La Terre qui hurle quand le forage anthropique atteint ses boyaux : tel est l’extraordinaire récit que raconte Conan Doyle en 1928 dans L’Homme qui fit hurler le monde, une nouvelle à laquelle Jussi Parikka prête, à juste titre, son oreille attentive. Aurions-nous rendu le chant du monde ou le chant de la Terre obscènes ? Anthrobscènes ? Seraient-ils devenu un cri déchirant ? Et si oui, qui, quel média pourra, saura le faire entendre dans toute sa bouleversante puissance ? Pour quelle écopolitique à venir ?


[1]. Voir Jussi Parikka, Insect Media. An Archaeology of Animals and Technology, Minneapolis, University of Minnesota Press, 2010 ; et Digital Contagions. A Media Archaeology of Computer Viruses, New York, Peter Lang, 2016, p. 224.
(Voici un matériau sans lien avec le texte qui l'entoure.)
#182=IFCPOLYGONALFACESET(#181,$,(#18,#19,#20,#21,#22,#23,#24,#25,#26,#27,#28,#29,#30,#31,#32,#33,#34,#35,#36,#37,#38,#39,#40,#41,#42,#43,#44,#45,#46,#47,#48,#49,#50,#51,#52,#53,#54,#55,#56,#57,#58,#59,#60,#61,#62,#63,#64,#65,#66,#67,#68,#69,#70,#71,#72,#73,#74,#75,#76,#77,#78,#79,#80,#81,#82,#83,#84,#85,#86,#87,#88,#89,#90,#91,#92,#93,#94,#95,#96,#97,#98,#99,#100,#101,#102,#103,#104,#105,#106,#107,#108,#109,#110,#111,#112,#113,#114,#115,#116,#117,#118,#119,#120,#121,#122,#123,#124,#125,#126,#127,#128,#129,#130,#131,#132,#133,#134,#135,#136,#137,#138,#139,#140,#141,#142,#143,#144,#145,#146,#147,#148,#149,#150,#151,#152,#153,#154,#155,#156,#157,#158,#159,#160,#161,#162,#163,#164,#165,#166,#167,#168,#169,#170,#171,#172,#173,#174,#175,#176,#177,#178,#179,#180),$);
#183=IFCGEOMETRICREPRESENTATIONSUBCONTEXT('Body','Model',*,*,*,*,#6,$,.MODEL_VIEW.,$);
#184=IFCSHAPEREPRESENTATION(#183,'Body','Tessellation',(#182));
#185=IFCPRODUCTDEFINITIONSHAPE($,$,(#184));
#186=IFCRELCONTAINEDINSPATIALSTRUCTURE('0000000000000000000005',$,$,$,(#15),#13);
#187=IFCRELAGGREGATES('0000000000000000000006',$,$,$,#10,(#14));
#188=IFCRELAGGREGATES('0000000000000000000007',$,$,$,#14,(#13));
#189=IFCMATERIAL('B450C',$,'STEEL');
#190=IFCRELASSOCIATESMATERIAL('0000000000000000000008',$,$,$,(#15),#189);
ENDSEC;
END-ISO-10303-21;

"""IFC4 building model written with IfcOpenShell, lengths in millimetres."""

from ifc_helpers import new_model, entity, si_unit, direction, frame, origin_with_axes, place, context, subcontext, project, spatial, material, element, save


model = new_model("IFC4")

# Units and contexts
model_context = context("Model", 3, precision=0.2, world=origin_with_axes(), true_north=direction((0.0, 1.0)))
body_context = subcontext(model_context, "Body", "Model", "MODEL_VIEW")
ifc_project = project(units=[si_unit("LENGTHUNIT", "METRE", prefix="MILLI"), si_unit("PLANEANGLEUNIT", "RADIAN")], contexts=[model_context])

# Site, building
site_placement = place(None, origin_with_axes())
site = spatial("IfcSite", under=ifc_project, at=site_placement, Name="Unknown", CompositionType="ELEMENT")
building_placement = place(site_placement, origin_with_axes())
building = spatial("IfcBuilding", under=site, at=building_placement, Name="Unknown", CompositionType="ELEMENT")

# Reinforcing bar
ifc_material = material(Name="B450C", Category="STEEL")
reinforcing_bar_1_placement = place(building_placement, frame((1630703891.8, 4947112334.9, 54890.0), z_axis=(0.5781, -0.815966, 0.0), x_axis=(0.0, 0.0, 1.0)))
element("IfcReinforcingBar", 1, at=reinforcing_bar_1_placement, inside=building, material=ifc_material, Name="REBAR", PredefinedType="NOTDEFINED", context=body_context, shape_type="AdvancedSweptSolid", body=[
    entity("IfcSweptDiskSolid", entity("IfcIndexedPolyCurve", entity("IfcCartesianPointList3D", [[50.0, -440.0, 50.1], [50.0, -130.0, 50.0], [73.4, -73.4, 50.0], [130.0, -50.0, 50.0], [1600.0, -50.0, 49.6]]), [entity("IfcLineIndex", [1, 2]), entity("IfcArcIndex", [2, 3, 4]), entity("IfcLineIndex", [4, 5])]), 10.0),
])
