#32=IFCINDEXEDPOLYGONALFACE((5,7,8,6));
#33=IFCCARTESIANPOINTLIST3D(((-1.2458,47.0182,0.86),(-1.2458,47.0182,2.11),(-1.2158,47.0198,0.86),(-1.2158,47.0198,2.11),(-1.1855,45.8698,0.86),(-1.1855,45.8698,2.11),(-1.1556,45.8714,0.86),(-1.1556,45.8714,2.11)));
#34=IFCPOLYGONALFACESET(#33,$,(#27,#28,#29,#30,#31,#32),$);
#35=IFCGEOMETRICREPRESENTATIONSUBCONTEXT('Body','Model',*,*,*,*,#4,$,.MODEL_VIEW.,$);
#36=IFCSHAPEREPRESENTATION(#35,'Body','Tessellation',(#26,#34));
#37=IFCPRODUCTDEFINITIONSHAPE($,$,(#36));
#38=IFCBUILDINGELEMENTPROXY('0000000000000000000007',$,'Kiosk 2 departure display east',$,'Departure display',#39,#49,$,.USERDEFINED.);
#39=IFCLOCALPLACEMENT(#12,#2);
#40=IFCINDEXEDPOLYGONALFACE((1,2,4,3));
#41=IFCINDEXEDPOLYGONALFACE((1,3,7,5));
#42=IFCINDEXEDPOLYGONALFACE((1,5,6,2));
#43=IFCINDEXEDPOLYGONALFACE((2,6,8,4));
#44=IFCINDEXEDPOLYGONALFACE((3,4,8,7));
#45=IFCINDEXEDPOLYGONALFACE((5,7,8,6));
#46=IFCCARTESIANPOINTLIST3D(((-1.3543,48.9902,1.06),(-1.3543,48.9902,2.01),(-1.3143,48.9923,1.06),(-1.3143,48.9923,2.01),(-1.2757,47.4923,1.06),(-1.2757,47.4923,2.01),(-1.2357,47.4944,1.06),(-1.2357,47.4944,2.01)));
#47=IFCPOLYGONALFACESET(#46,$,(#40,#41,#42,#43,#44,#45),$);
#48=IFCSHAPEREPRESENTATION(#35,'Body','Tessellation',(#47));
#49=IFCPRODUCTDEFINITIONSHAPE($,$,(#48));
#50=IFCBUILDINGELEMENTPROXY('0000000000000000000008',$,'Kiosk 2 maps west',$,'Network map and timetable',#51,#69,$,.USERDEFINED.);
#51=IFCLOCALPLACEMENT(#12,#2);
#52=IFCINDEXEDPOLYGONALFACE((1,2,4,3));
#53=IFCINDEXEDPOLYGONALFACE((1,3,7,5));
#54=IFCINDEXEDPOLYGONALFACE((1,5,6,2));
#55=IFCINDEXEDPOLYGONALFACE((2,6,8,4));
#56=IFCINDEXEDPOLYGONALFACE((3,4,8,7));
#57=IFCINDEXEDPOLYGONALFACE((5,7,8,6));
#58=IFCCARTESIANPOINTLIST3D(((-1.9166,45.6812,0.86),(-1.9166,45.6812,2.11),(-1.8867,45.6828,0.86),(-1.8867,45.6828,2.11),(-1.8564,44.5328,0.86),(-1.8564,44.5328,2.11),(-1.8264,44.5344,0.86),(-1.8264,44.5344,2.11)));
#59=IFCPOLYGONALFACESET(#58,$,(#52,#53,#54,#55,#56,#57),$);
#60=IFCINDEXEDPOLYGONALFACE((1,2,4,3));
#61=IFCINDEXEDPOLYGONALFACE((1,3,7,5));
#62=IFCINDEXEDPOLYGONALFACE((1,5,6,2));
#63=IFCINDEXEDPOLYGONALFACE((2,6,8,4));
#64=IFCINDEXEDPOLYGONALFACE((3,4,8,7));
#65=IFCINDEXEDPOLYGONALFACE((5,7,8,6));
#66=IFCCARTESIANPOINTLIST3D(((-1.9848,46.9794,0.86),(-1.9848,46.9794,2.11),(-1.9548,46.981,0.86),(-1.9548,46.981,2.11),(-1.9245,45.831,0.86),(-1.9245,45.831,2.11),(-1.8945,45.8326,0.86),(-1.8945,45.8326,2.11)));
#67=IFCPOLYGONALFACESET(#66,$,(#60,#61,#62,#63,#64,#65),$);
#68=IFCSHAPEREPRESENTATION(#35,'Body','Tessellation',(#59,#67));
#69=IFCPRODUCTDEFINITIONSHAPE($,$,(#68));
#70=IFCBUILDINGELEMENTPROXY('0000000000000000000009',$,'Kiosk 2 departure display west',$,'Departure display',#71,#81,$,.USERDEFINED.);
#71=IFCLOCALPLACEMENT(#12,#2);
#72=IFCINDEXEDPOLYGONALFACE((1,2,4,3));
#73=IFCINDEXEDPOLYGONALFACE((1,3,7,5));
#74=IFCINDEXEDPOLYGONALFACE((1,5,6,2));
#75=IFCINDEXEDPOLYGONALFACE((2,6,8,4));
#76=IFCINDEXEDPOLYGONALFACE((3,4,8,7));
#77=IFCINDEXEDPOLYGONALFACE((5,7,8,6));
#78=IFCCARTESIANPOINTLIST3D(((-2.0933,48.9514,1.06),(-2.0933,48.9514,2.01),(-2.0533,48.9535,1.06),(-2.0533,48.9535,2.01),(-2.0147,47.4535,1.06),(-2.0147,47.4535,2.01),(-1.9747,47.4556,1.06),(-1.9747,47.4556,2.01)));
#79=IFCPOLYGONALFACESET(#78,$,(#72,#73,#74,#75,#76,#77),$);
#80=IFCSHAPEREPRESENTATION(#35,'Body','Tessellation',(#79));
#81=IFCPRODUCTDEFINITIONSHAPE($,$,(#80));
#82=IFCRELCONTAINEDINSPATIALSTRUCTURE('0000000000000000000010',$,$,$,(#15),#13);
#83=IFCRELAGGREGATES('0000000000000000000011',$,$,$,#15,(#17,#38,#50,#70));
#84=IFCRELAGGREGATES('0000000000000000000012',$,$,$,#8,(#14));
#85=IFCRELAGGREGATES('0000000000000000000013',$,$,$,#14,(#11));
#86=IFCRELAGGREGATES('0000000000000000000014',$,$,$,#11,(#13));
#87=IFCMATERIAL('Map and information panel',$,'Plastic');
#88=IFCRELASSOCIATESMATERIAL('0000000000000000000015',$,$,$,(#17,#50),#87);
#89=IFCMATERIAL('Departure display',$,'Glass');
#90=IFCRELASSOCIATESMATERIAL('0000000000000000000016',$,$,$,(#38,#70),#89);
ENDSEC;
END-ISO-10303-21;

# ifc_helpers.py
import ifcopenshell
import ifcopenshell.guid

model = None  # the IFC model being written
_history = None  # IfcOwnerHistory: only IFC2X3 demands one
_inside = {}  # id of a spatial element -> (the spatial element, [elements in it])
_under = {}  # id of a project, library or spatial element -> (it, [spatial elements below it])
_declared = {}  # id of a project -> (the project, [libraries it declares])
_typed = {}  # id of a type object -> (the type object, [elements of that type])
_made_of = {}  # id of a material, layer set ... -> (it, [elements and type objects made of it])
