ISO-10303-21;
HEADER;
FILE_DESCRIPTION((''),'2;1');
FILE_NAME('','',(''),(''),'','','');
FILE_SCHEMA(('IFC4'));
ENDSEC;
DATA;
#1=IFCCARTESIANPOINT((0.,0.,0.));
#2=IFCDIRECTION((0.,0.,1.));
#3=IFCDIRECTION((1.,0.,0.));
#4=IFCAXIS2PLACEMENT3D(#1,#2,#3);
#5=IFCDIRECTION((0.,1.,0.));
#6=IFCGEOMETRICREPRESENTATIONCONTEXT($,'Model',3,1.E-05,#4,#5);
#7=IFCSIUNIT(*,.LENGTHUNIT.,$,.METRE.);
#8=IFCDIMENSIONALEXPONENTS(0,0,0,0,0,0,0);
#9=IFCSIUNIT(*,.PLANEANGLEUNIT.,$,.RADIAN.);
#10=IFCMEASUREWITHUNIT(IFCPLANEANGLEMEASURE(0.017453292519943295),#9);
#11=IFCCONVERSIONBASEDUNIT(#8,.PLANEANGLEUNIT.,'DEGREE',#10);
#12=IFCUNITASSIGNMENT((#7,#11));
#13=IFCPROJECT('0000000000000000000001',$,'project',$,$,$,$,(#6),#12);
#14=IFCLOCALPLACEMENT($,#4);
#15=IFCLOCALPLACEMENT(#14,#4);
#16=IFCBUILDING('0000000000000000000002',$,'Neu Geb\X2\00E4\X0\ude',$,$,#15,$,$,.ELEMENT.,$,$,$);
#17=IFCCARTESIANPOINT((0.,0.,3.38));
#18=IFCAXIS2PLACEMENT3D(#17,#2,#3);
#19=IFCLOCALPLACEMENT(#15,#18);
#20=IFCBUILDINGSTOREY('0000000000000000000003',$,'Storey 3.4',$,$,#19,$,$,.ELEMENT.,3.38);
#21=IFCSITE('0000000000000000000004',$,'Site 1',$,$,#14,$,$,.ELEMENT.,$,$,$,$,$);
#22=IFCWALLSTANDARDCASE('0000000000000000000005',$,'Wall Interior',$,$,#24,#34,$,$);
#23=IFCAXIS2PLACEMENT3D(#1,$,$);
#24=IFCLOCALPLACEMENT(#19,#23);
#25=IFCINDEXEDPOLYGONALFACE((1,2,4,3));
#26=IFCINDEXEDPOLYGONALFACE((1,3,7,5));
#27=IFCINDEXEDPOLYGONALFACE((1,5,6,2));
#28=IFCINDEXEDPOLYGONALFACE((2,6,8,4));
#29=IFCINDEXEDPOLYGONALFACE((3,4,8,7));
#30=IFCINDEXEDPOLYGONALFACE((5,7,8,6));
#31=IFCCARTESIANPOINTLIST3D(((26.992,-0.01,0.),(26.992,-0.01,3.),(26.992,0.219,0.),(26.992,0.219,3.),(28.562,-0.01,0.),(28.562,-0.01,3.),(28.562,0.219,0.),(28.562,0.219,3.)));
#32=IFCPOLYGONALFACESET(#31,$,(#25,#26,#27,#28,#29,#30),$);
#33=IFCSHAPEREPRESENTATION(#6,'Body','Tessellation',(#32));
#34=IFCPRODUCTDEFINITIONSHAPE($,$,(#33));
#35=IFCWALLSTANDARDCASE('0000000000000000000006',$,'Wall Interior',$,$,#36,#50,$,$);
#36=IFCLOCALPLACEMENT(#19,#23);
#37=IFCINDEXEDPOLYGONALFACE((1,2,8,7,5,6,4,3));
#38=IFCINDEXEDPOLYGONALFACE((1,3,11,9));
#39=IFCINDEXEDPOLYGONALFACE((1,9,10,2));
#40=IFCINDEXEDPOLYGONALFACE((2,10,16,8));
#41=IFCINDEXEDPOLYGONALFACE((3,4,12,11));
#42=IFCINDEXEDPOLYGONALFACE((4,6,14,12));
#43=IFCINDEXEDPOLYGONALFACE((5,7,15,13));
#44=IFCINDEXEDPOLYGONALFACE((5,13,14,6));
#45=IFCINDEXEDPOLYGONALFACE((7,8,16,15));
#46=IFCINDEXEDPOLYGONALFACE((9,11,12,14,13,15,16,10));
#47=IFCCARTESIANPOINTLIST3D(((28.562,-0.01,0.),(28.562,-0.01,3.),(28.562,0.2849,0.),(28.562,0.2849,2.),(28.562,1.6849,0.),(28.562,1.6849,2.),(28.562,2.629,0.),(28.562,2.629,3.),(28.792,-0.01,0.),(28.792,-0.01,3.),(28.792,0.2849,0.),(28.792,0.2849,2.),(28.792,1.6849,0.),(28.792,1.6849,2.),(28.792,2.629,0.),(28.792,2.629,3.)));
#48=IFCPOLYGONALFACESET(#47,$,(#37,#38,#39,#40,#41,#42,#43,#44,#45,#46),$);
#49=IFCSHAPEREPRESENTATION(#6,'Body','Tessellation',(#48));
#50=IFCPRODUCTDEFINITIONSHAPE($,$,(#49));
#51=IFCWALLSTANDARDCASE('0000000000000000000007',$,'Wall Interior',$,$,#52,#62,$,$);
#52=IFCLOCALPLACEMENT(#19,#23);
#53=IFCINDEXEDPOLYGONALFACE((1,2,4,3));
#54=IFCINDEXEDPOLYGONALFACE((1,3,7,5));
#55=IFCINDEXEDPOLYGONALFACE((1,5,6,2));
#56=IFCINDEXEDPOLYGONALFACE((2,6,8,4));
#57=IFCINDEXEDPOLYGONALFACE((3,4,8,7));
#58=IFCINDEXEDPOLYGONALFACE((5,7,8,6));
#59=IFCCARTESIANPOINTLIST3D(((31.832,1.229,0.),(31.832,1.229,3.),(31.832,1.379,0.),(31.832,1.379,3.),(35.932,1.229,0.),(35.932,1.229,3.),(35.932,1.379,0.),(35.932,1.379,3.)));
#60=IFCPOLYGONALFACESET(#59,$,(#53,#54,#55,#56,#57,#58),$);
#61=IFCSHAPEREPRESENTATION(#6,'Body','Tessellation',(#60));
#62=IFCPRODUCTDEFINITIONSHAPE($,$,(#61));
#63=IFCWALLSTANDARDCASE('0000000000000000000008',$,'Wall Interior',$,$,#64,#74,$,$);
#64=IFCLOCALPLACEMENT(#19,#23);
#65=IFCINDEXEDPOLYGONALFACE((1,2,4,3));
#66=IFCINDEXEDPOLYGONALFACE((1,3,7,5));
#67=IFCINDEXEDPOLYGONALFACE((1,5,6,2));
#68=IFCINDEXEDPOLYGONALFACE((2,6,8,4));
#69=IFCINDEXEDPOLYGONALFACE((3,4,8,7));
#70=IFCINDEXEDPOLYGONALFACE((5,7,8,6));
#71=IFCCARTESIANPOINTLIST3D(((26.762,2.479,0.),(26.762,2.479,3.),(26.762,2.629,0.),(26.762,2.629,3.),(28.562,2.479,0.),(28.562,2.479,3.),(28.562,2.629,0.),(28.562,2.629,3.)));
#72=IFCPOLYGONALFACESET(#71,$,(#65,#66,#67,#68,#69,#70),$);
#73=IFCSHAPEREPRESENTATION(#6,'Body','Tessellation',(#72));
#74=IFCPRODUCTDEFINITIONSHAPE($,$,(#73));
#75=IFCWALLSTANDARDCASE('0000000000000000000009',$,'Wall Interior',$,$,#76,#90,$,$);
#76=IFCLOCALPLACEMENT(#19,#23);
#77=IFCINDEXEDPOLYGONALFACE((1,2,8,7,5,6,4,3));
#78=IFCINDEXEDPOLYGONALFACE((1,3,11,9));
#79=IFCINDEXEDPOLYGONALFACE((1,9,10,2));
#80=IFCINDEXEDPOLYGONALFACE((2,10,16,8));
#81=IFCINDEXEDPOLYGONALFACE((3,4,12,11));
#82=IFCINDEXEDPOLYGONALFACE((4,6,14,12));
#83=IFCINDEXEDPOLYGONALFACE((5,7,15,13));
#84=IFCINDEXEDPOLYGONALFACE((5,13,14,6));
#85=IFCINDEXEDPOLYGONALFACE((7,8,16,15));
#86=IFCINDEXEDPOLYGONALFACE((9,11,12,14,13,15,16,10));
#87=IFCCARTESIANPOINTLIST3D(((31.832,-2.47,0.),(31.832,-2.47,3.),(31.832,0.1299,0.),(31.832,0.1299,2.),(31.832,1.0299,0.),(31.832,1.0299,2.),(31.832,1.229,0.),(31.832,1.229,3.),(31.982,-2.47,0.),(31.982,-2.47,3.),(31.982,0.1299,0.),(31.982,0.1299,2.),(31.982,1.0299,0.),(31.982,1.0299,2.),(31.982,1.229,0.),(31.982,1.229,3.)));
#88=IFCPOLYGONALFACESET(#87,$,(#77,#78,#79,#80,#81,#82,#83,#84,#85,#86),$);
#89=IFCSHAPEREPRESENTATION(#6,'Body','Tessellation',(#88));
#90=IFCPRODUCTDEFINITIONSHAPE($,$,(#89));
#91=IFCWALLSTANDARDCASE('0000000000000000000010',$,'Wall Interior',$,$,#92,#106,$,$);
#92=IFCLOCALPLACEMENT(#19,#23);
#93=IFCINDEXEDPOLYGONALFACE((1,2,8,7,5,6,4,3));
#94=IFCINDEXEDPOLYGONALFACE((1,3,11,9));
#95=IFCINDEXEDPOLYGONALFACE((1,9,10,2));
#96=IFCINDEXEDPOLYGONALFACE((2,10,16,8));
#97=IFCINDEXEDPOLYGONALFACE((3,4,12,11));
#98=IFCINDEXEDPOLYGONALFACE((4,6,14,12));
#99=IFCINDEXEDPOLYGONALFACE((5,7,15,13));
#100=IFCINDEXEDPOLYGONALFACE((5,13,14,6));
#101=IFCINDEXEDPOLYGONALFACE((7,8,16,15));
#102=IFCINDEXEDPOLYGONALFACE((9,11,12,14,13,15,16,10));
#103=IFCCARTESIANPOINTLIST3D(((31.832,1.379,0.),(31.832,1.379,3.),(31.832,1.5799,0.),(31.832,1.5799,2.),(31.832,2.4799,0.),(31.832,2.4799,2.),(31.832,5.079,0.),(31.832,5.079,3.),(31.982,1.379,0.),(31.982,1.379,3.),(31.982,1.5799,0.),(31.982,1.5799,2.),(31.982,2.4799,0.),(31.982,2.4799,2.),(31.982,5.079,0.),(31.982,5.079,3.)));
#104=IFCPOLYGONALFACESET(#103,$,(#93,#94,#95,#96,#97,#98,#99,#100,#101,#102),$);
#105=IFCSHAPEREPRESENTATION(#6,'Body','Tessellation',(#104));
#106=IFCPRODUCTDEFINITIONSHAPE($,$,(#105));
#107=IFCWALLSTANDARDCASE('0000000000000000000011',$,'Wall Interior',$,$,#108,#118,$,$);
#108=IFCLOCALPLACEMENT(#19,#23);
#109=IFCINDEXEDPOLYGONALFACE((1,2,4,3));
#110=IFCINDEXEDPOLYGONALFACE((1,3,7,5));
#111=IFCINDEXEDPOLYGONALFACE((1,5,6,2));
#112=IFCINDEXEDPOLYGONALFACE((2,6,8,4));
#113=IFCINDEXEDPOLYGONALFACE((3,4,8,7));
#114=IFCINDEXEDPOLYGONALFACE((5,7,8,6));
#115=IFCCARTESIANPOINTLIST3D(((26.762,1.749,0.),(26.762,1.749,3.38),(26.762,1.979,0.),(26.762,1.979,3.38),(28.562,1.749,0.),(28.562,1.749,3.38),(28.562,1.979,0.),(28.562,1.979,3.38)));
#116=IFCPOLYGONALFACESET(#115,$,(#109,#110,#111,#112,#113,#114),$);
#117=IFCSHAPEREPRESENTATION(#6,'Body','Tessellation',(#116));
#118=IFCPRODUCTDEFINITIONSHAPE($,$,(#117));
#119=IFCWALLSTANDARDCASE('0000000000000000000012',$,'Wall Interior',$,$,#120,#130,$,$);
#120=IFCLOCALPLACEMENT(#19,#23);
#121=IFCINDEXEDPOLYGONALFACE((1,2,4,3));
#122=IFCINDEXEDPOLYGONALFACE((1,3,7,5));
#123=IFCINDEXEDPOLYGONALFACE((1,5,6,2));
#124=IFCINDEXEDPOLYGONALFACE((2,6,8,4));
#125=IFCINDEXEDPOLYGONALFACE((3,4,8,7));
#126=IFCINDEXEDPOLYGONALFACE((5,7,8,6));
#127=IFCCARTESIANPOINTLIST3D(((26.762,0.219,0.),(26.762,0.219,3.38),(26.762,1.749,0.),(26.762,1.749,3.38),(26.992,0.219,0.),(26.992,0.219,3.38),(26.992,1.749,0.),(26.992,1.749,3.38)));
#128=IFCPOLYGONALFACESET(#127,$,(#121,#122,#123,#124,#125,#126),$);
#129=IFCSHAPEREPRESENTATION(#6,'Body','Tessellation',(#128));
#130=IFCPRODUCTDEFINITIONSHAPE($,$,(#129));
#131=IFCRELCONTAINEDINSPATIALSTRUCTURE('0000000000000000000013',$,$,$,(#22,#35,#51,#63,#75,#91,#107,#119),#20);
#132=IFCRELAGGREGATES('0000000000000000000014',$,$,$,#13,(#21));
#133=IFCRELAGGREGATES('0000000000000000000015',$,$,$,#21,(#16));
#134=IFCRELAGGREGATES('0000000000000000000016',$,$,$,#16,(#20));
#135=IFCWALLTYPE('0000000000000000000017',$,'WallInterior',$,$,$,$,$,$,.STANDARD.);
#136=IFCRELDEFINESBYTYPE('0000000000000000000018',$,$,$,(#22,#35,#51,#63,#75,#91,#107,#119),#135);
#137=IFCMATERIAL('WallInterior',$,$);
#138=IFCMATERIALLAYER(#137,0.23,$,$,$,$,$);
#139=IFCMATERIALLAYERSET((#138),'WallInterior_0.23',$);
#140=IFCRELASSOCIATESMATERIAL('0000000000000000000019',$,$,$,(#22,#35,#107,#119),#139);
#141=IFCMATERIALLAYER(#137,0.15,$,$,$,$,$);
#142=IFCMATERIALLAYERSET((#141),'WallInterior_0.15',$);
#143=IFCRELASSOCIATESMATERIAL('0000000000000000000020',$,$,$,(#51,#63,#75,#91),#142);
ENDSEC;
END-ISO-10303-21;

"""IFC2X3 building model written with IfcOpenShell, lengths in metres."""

from ifc_helpers import new_model, entity, si_unit, converted_unit, direction, frame, origin_with_axes, place, context, project, spatial, polyline, outline, extrude, material, layer, layer_set, layer_usage, type_object, element, save


model = new_model("IFC2X3")

# Units and contexts
model_context = context("Model", 3, precision=1e-05, world=origin_with_axes(), true_north=direction((0.0, 1.0, 0.0)))
ifc_project = project(units=[si_unit("LENGTHUNIT", "METRE"), converted_unit("PLANEANGLEUNIT", "DEGREE", entity("IfcPlaneAngleMeasure", 0.017453292519943295), si_unit("PLANEANGLEUNIT", "RADIAN"), dimensions=[0, 0, 0, 0, 0, 0, 0])], contexts=[model_context])

# Site, building, storey
site_placement = place(None, origin_with_axes())
site = spatial("IfcSite", under=ifc_project, at=site_placement, Name="Site 1", CompositionType="ELEMENT")
building_placement = place(site_placement, origin_with_axes())
building = spatial("IfcBuilding", under=site, at=building_placement, Name="Neu Gebäude", CompositionType="ELEMENT")
storey_placement = place(building_placement, frame((0.0, 0.0, 3.38), z_axis=(0.0, 0.0, 1.0), x_axis=(1.0, 0.0, 0.0)))
storey = spatial("IfcBuildingStorey", under=building, at=storey_placement, Name="Storey 3.4", CompositionType="ELEMENT", Elevation=3.38)

# Wall
ifc_material_1 = material(Name="WallInterior")
ifc_layer_1 = layer(ifc_material_1, 0.23)
ifc_layer_set_1 = layer_set([ifc_layer_1], Name="WallInterior_0.23")
ifc_layer_usage_1 = layer_usage(ifc_layer_set_1, "AXIS2", "POSITIVE", -0.115)
wall_type_1 = type_object("IfcWallType", Name="WallInterior", PredefinedType="STANDARD")
wall_1_placement = place(storey_placement, frame((28.562, 0.1045, 0.0), z_axis=(0.0, 0.0, 1.0), x_axis=(-1.0, 0.0, 0.0)))
element("IfcWallStandardCase", 1, at=wall_1_placement, inside=storey, type_object=wall_type_1, material=ifc_layer_usage_1, Name="Wall Interior", context=model_context, shape_type="SweptSolid", body=[
    extrude(outline(polyline([(0.0, -0.1145), (1.57, -0.1145), (1.57, 0.1145), (0.0, 0.1145), (0.0, -0.1145)])), origin_with_axes(), (0.0, 0.0, 1.0), 3.0),
])

# Shared definitions
ifc_layer_2 = layer(ifc_material_1, 0.15)
ifc_layer_set_2 = layer_set([ifc_layer_2], Name="WallInterior_0.15")
ifc_layer_usage_2 = layer_usage(ifc_layer_set_2, "AXIS2", "POSITIVE", -0.075)

# Wall, opening
wall_2_placement = place(storey_placement, frame((28.677, -0.01, 0.0), z_axis=(0.0, 0.0, 1.0), x_axis=(0.0, 1.0, 0.0)))
wall_2 = element("IfcWallStandardCase", 2, at=wall_2_placement, inside=storey, type_object=wall_type_1, material=ifc_layer_usage_1, Name="Wall Interior", context=model_context, shape_type="SweptSolid", body=[
    extrude(outline(polyline([(2.639, -0.115), (2.639, 0.115), (0.0, 0.115), (0.0, -0.115), (2.639, -0.115)])), origin_with_axes(), (0.0, 0.0, 1.0), 3.0),
])
opening_1_placement = place(wall_2_placement, frame((0.9949, 0.0, 0.0), z_axis=(0.0, 0.0, 1.0), x_axis=(1.0, 0.0, 0.0)))
element("IfcOpeningElement", 3, at=opening_1_placement, cuts=wall_2, context=model_context, shape_type="SweptSolid", body=[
[2]. Bruce Sterling, « The DEAD MEDIA Project : A Modest Proposal and a Public Appeal », deadmedia.org. Ce manifeste de 1995 appelait de ses vœux « un guide pratique du naturaliste pour la paléontologie des communications » (a naturalist’s field guide for the communications paleontologist).

[3]. La traduction anglaise de l’ouvrage de Zielinski, Deep Time of the Media, est une référence récurrente dans « L’Anthrobscène », tandis que Mal d’archive de Derrida se voit attribuer une « place centrale » dans « Vestiges dispersés » (où l’on trouve également la citation de Wolfgang Ernst sur le télégraphe comme appareil numérique).

[4]. En généralisant le concept de « voirie du visible » que j’ai proposé ailleurs (voir Peter Szendy, Le Supermarché du visible, Paris, Minuit, 2017, p. 72).

[5]. Robert Smithson, « A Sedimentation of the Mind : Earth Projects (1968) », dans The Collected Writings, Berkeley et Los Angeles, University of California Press, 1996, p. 100 (ma traduction). La référence à ce texte de Smithson revient plusieurs dans Jussi Parikka, A Geology of Media, Minneapolis, University of Minnesota Press, 2015, notamment p. 5 et p. 66.

[6]. John Durham Peters, The Marvelous Clouds. Toward a Philosophy of Elemental Media, Chicago, The University of Chicago Press, 2015.

[7]. Jacques Derrida, « Biodegradables. Seven Diary Fragments », traduction anglaise de Peggy Kamuf, Critical Inquiry, vol. 15, n° 4, 1989, p. 815. Je retraduis à partir de la traduction anglaise, la version française de ce texte n’ayant pas encore été publiée, à ma connaissance.

[8]. « Que serait un écosystème pour des discours », what would an ecosystem be for discourses ?, se demandait encore Derrida (« Biodegradables », p. 828).

[9]. D. H. Lawrence, « Pornography and Obscenity » (1929), dans Late Essays and Articles, Cambridge, Cambridge University Press, 2004, p. 236. Je cite le traité de Varron, De la langue latine, dans la traduction française parue sous la direction de M. Nisard (Paris, Garnier frères, 1850, p. 538).

[10]. Uguccione da Pisa, Derivationes, édition critique sous la direction de Enzo Cecchini et al., II, Florence, Edizioni del Galluzzo, 2004, p. 216.